TO DO: Please repeat the lines below, exactly and only, from the one that holds "#2=IFCAXIS2PLACEMENT3D(#1,$,$);" through the one that holds "listing site, 180sqm',#8,$,$,.ELEMENT.,$,$,0.,$,$);".

DATA FOR THIS EXERCISE:

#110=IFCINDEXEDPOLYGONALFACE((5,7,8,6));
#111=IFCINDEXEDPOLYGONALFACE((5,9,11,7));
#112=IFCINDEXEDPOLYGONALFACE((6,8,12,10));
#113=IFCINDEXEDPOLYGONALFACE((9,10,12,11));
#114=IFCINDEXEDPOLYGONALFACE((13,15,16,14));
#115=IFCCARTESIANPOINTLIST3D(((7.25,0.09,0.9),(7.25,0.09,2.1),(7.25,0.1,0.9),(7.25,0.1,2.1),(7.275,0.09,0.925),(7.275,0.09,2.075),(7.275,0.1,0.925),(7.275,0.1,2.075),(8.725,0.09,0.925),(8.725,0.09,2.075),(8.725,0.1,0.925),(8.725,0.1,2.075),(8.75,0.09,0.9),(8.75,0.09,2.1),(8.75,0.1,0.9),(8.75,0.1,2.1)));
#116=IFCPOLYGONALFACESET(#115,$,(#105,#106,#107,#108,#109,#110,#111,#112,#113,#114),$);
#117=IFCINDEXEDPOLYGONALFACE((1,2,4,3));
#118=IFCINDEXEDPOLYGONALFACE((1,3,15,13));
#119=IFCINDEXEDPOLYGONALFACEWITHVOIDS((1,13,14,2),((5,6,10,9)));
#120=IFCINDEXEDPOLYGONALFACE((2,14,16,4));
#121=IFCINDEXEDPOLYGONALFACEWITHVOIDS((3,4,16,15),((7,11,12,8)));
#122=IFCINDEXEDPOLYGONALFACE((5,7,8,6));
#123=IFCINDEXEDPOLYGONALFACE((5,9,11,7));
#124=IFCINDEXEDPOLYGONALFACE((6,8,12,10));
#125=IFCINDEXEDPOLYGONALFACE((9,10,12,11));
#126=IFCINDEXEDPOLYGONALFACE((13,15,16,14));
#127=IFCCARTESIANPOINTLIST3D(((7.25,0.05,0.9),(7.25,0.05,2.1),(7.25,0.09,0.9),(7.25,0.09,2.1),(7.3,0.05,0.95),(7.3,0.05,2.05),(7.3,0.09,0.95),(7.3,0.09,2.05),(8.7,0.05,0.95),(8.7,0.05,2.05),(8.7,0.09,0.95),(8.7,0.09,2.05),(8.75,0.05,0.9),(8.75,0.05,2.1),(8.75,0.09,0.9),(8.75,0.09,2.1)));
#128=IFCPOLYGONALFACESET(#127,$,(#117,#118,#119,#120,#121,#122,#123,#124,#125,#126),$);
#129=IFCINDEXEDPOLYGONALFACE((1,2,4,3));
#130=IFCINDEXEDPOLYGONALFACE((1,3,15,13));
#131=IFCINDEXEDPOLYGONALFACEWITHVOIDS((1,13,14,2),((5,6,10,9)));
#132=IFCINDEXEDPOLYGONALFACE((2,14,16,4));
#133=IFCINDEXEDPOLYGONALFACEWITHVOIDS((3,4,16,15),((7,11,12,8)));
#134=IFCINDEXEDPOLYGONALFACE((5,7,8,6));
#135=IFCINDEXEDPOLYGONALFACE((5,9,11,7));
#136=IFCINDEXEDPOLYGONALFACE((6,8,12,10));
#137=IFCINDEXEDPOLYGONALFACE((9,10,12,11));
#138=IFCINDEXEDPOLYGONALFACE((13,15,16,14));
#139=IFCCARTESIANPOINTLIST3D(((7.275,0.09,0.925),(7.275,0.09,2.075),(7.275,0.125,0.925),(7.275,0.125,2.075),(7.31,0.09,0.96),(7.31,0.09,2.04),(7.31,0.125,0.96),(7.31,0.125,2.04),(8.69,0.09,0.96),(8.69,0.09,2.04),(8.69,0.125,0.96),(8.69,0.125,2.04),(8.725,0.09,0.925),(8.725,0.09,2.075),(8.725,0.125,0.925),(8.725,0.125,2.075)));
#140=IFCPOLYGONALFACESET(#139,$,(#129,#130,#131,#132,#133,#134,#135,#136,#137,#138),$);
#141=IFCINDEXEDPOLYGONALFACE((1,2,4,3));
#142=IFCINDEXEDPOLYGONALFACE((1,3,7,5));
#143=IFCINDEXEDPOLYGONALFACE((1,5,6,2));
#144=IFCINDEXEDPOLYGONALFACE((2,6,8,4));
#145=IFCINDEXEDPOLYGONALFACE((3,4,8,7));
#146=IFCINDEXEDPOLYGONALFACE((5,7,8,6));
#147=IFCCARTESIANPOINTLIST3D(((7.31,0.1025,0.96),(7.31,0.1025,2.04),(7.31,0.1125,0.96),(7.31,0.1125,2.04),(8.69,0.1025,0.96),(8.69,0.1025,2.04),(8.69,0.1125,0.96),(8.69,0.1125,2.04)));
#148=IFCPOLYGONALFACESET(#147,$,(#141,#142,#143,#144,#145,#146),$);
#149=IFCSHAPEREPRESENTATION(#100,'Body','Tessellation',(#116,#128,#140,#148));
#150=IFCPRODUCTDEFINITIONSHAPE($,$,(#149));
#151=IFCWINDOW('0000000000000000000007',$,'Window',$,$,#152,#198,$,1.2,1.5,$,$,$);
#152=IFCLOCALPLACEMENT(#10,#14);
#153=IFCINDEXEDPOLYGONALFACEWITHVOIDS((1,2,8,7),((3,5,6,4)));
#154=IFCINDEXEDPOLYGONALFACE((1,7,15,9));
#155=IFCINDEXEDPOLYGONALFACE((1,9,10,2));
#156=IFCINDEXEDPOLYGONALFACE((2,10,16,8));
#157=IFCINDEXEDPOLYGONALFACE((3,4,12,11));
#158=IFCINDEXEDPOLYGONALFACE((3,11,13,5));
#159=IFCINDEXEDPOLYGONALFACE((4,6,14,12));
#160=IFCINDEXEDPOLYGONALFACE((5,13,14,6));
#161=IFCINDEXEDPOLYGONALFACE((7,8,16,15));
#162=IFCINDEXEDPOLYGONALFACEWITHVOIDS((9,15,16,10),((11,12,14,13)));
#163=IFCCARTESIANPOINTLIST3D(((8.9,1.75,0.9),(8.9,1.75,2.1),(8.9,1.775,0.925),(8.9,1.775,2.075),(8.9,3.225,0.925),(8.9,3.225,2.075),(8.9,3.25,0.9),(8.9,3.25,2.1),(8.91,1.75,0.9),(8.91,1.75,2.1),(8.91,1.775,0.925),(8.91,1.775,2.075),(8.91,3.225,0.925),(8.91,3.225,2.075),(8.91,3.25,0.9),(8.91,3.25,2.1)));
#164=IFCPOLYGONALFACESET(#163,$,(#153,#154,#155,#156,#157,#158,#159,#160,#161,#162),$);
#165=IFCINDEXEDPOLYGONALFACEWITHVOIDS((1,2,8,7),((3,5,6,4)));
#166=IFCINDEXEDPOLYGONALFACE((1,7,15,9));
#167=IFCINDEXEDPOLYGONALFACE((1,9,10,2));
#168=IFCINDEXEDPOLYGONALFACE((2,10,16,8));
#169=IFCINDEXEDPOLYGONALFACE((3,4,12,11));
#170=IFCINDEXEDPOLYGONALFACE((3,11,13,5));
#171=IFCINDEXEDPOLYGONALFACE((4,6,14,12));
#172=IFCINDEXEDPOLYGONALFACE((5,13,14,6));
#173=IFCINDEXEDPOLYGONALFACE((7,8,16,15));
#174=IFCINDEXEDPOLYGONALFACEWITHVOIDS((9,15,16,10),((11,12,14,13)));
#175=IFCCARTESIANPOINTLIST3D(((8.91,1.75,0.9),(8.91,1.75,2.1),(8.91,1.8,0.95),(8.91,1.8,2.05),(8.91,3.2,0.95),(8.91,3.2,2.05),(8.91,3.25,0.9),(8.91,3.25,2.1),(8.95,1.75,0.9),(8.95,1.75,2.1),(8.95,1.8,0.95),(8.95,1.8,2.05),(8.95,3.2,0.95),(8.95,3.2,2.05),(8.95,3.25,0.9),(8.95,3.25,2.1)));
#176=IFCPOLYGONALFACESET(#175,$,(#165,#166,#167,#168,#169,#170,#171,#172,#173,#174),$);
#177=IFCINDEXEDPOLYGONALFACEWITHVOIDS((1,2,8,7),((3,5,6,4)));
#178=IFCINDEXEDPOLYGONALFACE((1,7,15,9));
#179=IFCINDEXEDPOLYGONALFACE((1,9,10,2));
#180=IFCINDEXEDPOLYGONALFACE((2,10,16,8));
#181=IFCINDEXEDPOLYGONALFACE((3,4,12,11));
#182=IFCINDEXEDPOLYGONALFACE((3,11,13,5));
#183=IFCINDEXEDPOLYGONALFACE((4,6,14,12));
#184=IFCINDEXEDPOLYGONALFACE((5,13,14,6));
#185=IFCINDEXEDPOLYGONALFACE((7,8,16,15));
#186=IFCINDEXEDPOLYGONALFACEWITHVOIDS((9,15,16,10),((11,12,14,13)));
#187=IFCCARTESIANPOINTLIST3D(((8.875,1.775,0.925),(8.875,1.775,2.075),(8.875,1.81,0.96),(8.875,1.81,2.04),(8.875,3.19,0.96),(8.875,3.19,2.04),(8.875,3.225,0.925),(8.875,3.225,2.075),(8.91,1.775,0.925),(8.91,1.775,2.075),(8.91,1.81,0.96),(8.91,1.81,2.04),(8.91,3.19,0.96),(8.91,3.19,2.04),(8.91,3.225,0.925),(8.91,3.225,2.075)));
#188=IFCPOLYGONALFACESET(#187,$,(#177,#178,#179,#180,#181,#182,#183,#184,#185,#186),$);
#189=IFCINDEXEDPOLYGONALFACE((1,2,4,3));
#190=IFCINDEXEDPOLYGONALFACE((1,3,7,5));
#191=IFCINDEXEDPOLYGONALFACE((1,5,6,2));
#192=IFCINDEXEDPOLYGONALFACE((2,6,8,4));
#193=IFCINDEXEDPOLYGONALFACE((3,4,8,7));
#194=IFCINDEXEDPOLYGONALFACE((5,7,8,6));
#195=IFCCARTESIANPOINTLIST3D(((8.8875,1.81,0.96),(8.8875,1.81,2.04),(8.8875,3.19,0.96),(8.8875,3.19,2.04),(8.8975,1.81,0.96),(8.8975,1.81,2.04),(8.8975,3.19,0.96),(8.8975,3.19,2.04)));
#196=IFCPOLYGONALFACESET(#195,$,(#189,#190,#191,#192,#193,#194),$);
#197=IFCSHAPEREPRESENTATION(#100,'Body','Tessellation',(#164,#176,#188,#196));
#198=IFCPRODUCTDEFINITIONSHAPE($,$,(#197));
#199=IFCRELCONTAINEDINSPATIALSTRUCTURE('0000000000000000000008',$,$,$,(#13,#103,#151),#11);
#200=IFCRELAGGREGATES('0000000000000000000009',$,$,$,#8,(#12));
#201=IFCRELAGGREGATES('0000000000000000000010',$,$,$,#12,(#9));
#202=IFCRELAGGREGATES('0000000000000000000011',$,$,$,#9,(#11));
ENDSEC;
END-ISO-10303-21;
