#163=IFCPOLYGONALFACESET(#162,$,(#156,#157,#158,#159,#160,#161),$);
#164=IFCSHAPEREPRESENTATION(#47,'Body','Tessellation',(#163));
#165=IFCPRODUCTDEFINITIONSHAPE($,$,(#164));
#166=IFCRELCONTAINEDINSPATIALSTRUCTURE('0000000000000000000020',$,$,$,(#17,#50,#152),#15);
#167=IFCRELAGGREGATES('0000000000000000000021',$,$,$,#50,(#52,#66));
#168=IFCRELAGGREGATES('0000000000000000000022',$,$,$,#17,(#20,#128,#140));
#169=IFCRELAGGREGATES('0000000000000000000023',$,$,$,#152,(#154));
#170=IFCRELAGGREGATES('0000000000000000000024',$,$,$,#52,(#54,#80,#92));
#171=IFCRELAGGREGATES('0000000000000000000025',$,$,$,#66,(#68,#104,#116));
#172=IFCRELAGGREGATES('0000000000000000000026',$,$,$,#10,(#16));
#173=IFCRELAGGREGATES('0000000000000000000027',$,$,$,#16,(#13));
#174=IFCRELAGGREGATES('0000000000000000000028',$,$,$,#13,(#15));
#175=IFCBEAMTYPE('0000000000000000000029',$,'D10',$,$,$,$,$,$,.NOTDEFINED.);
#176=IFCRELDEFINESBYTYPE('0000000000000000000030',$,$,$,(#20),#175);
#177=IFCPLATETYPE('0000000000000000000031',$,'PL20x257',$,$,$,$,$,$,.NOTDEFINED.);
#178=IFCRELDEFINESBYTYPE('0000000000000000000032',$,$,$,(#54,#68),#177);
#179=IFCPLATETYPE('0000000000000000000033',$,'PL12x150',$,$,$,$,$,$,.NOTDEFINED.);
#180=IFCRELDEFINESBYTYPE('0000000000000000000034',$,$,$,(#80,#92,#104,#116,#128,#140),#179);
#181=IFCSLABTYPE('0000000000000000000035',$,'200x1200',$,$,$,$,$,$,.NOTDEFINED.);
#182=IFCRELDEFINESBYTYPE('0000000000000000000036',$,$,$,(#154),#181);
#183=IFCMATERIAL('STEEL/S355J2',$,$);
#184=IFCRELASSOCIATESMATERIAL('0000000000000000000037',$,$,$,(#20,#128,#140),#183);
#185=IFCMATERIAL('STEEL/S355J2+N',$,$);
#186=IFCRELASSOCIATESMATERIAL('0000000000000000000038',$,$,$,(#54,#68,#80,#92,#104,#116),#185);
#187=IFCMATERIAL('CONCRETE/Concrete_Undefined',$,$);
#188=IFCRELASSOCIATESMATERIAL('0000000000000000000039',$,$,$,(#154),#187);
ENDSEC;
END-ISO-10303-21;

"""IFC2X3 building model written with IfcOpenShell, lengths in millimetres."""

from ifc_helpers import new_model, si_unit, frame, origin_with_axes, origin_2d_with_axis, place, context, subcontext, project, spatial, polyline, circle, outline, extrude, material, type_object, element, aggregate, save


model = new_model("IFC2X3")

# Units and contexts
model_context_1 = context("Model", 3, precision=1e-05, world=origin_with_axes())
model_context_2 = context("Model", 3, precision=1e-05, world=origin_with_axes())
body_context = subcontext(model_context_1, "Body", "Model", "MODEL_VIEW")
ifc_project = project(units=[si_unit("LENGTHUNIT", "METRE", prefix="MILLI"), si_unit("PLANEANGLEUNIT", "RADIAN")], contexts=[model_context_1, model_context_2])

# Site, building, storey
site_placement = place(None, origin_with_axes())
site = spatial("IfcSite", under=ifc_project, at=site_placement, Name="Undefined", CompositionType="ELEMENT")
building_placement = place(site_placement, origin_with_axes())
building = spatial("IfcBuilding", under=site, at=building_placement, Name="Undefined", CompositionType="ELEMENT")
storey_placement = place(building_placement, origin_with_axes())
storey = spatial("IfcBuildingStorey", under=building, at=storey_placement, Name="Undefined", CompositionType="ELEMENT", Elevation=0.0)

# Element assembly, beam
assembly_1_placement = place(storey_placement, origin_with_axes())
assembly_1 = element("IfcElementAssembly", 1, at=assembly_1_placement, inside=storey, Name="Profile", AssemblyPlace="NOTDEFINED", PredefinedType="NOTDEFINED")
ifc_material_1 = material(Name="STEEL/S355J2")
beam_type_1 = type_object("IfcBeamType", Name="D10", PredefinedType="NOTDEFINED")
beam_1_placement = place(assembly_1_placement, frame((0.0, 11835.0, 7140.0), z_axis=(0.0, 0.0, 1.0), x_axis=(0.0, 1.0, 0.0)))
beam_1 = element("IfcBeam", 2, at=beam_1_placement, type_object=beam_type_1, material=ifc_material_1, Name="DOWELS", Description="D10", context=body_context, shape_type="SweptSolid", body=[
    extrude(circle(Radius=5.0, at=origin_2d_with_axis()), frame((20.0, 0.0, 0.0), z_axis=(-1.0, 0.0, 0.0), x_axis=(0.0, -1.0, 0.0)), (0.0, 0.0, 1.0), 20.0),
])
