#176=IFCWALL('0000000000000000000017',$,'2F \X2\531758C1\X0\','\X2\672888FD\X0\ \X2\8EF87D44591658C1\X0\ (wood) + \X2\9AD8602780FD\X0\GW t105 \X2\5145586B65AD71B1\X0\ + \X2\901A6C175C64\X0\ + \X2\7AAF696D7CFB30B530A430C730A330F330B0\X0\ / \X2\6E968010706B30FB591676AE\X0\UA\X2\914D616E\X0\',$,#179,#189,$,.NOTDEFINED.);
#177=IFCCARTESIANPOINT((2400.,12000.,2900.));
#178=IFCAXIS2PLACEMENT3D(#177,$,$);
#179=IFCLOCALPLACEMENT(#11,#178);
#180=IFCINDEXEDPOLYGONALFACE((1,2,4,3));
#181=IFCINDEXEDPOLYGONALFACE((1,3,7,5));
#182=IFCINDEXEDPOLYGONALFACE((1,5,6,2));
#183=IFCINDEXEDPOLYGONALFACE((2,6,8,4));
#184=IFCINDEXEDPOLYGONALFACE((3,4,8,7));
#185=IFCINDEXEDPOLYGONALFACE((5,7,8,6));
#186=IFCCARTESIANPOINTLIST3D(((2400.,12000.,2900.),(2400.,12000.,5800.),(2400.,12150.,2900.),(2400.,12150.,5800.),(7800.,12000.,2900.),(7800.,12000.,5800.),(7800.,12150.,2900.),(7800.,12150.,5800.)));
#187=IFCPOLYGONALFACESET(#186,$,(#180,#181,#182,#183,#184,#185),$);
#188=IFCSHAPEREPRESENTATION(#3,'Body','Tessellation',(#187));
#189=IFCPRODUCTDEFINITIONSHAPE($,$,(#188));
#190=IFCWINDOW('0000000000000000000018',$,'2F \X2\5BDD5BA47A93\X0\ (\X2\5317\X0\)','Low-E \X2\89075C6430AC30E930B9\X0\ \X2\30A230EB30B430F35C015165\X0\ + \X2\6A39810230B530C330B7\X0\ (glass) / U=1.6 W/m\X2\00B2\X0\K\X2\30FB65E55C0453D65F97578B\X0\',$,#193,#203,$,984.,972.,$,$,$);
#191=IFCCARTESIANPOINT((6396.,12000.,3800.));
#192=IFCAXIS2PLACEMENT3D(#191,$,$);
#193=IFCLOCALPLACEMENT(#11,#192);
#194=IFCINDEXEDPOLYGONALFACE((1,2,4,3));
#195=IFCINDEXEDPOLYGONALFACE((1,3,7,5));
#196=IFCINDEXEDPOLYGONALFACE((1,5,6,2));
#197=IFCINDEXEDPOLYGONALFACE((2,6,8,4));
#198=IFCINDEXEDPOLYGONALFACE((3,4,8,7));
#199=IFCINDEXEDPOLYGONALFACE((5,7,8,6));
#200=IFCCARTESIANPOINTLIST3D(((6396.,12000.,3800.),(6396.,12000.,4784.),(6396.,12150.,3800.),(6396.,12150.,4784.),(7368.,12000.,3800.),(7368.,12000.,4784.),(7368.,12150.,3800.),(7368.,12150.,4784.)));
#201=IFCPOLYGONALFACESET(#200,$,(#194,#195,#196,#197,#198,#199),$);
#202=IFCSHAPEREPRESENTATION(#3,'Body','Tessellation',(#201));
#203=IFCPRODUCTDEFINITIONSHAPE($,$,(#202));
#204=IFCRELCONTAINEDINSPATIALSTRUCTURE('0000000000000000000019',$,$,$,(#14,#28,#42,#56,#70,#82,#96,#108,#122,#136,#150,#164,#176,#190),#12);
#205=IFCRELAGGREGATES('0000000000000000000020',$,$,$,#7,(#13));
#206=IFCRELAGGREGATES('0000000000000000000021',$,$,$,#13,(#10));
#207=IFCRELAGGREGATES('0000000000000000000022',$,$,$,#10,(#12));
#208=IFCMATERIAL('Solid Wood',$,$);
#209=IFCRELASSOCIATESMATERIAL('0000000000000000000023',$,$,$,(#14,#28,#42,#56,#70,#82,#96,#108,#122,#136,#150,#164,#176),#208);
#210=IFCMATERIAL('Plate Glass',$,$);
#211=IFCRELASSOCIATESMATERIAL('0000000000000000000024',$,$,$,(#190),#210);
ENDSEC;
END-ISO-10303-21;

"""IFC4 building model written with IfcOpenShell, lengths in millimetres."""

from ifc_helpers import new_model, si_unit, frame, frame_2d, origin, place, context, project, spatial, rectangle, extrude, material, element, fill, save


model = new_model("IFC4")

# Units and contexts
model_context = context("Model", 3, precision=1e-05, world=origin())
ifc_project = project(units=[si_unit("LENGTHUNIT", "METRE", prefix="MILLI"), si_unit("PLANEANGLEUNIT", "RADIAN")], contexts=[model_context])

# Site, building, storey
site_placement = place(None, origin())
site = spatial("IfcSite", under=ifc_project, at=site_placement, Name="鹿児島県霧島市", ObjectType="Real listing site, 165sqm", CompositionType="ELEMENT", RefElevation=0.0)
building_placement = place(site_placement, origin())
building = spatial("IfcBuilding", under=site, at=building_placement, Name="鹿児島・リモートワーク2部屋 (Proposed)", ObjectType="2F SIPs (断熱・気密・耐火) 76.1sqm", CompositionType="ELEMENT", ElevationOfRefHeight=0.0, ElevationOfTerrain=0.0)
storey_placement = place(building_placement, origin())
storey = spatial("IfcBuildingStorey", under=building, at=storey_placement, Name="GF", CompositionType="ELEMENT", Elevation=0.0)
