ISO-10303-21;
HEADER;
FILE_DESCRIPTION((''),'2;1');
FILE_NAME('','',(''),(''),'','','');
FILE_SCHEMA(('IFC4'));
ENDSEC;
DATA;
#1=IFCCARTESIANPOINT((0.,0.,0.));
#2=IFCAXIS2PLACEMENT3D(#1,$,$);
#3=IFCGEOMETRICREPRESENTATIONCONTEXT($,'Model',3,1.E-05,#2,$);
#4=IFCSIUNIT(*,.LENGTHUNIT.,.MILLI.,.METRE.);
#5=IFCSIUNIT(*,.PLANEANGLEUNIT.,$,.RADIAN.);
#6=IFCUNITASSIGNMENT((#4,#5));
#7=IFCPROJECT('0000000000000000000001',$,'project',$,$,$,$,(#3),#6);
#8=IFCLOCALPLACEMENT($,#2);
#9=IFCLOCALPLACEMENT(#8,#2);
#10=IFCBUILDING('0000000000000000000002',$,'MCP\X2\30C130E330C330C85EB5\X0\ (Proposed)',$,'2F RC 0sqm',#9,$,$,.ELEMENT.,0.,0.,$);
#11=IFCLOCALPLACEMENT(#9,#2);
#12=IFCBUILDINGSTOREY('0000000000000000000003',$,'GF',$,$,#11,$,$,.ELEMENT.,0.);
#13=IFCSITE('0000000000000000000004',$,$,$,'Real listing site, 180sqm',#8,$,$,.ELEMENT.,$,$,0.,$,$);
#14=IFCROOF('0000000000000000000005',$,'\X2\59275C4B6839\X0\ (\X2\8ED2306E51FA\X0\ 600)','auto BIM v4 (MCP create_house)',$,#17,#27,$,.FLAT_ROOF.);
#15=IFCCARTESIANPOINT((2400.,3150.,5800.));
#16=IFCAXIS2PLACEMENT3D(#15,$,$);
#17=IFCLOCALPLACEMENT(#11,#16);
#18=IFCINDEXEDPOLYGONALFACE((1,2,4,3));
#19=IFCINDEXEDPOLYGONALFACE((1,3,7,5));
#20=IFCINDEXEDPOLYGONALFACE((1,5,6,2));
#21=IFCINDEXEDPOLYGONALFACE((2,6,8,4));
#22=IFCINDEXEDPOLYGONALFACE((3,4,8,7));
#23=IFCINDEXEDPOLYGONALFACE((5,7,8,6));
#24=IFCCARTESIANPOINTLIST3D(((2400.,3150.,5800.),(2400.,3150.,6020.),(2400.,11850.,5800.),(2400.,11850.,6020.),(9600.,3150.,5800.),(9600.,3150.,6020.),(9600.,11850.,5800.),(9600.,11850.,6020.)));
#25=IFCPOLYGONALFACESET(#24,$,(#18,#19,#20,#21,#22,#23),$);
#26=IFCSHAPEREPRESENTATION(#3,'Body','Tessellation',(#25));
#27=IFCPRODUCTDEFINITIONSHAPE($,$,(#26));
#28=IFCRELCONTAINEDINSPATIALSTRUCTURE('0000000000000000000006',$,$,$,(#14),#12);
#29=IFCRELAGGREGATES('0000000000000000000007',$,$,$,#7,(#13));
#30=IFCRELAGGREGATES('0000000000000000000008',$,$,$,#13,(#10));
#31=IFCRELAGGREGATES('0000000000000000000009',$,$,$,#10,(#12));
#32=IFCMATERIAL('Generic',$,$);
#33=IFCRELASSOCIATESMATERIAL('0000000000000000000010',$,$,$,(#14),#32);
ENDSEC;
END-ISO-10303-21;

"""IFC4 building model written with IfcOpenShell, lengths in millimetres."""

from ifc_helpers import new_model, si_unit, frame, frame_2d, origin, place, context, project, spatial, rectangle, extrude, material, element, save


model = new_model("IFC4")

# Units and contexts
model_context = context("Model", 3, precision=1e-05, world=origin())
ifc_project = project(units=[si_unit("LENGTHUNIT", "METRE", prefix="MILLI"), si_unit("PLANEANGLEUNIT", "RADIAN")], contexts=[model_context])

# Site, building, storey
site_placement = place(None, origin())
site = spatial("IfcSite", under=ifc_project, at=site_placement, ObjectType="Real listing site, 180sqm", CompositionType="ELEMENT", RefElevation=0.0)
building_placement = place(site_placement, origin())
building = spatial("IfcBuilding", under=site, at=building_placement, Name="MCPチャット庵 (Proposed)", ObjectType="2F RC 0sqm", CompositionType="ELEMENT", ElevationOfRefHeight=0.0, ElevationOfTerrain=0.0)
storey_placement = place(building_placement, origin())
storey = spatial("IfcBuildingStorey", under=building, at=storey_placement, Name="GF", CompositionType="ELEMENT", Elevation=0.0)

# Shared definitions
ifc_material = material(Name="Generic")

# Roof
roof_placement = place(storey_placement, frame((2400.0, 3150.0, 5800.0)))
element("IfcRoof", 1, at=roof_placement, inside=storey, material=ifc_material, Name="大屋根 (軒の出 600)", Description="auto BIM v4 (MCP create_house)", PredefinedType="FLAT_ROOF", context=model_context, shape_type="SweptSolid", body=[
    extrude(rectangle(XDim=7200.0, YDim=8700.0, at=frame_2d((3600.0, 4350.0))), frame((2400.0, 3150.0, 5800.0)), (0.0, 0.0, 1.0), 220.0),
])

save(model, "model.ifc")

TASK OUTPUT:
#2=IFCAXIS2PLACEMENT3D(#1,$,$);
#3=IFCGEOMETRICREPRESENTATIONCONTEXT($,'Model',3,1.E-05,#2,$);
#4=IFCSIUNIT(*,.LENGTHUNIT.,.MILLI.,.METRE.);
#5=IFCSIUNIT(*,.PLANEANGLEUNIT.,$,.RADIAN.);
#6=IFCUNITASSIGNMENT((#4,#5));
#7=IFCPROJECT('0000000000000000000001',$,'project',$,$,$,$,(#3),#6);
#8=IFCLOCALPLACEMENT($,#2);
#9=IFCLOCALPLACEMENT(#8,#2);
#10=IFCBUILDING('0000000000000000000002',$,'MCP\X2\30C130E330C330C85EB5\X0\ (Proposed)',$,'2F RC 0sqm',#9,$,$,.ELEMENT.,0.,0.,$);
#11=IFCLOCALPLACEMENT(#9,#2);
#12=IFCBUILDINGSTOREY('0000000000000000000003',$,'GF',$,$,#11,$,$,.ELEMENT.,0.);
#13=IFCSITE('0000000000000000000004',$,$,$,'Real listing site, 180sqm',#8,$,$,.ELEMENT.,$,$,0.,$,$);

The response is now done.